* Data records:
___

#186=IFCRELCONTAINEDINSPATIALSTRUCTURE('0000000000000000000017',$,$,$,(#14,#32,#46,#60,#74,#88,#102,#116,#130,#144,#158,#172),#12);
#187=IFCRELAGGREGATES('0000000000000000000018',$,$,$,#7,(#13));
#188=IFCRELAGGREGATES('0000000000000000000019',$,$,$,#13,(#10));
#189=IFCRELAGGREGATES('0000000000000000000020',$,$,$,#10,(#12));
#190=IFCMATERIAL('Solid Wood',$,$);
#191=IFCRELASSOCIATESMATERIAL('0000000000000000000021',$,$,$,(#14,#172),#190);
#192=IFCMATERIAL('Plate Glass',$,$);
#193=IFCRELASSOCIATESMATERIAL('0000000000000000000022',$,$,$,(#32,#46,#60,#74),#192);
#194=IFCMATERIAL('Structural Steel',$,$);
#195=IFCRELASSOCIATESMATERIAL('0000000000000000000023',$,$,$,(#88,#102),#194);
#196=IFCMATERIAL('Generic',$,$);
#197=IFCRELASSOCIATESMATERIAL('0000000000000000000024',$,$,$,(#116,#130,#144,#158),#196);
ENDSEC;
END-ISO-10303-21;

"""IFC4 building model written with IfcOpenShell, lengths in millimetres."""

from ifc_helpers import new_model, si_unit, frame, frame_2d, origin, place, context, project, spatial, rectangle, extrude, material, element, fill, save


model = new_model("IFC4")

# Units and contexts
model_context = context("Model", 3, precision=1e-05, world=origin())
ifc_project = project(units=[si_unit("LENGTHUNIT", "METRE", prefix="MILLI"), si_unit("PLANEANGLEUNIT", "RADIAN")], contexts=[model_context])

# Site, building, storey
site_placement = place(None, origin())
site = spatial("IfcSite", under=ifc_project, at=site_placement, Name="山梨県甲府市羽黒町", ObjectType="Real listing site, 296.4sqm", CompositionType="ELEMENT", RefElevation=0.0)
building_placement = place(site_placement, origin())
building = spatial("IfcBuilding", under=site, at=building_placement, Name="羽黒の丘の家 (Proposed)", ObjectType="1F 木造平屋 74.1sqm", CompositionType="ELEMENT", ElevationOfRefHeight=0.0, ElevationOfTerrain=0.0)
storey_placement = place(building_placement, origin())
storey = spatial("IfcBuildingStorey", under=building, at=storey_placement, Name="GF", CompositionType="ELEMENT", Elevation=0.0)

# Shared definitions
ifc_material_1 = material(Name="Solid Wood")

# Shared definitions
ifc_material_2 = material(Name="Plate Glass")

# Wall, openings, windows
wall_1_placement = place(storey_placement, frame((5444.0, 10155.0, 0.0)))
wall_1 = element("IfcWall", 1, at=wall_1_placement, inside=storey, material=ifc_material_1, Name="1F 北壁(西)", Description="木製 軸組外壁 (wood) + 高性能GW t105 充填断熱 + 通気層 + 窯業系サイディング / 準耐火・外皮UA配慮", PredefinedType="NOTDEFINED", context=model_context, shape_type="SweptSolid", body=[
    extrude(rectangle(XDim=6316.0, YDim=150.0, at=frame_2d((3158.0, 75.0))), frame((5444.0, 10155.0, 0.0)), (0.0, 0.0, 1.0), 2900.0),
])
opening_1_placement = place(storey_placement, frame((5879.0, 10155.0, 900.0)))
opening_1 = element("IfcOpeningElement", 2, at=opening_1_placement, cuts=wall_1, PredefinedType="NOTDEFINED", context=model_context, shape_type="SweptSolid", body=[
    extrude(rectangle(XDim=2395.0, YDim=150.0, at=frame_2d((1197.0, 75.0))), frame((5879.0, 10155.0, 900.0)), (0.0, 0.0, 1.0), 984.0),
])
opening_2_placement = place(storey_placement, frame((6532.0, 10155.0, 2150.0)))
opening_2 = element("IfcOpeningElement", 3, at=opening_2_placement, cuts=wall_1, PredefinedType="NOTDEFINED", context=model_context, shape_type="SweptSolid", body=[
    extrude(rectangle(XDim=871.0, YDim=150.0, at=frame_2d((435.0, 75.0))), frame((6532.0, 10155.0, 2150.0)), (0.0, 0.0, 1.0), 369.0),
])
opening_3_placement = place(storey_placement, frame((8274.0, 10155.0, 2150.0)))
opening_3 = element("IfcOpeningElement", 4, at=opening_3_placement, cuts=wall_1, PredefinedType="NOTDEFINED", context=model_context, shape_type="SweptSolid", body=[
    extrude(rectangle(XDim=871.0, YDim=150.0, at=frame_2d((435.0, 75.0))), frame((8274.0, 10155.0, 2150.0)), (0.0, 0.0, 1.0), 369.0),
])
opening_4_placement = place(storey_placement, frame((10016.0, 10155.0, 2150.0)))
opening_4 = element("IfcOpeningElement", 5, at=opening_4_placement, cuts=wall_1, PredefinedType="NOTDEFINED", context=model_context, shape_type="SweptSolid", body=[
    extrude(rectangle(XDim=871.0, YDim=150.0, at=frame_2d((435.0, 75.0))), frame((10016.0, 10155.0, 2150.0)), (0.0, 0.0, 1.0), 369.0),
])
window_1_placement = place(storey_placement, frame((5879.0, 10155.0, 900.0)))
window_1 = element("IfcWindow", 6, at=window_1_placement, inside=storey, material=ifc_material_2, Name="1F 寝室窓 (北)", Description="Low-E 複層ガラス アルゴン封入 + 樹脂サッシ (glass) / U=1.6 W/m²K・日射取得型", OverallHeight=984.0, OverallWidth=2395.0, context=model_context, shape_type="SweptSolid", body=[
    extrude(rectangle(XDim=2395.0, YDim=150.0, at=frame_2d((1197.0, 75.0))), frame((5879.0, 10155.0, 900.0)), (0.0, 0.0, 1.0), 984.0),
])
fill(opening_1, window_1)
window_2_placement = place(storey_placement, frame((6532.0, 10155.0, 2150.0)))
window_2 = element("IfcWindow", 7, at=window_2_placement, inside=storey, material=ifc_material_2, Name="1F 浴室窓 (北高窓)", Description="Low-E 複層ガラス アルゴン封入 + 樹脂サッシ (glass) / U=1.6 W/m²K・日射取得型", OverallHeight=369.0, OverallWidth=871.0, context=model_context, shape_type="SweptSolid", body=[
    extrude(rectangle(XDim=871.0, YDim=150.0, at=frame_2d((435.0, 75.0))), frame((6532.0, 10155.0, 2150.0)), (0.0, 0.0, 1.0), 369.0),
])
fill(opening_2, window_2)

___

* WHAT IS EXPECTED: What is needed is every line of the records above that contains the word "origin".

* TASK ANSWER:
from ifc_helpers import new_model, si_unit, frame, frame_2d, origin, place, context, project, spatial, rectangle, extrude, material, element, fill, save
model_context = context("Model", 3, precision=1e-05, world=origin())
site_placement = place(None, origin())
building_placement = place(site_placement, origin())
storey_placement = place(building_placement, origin())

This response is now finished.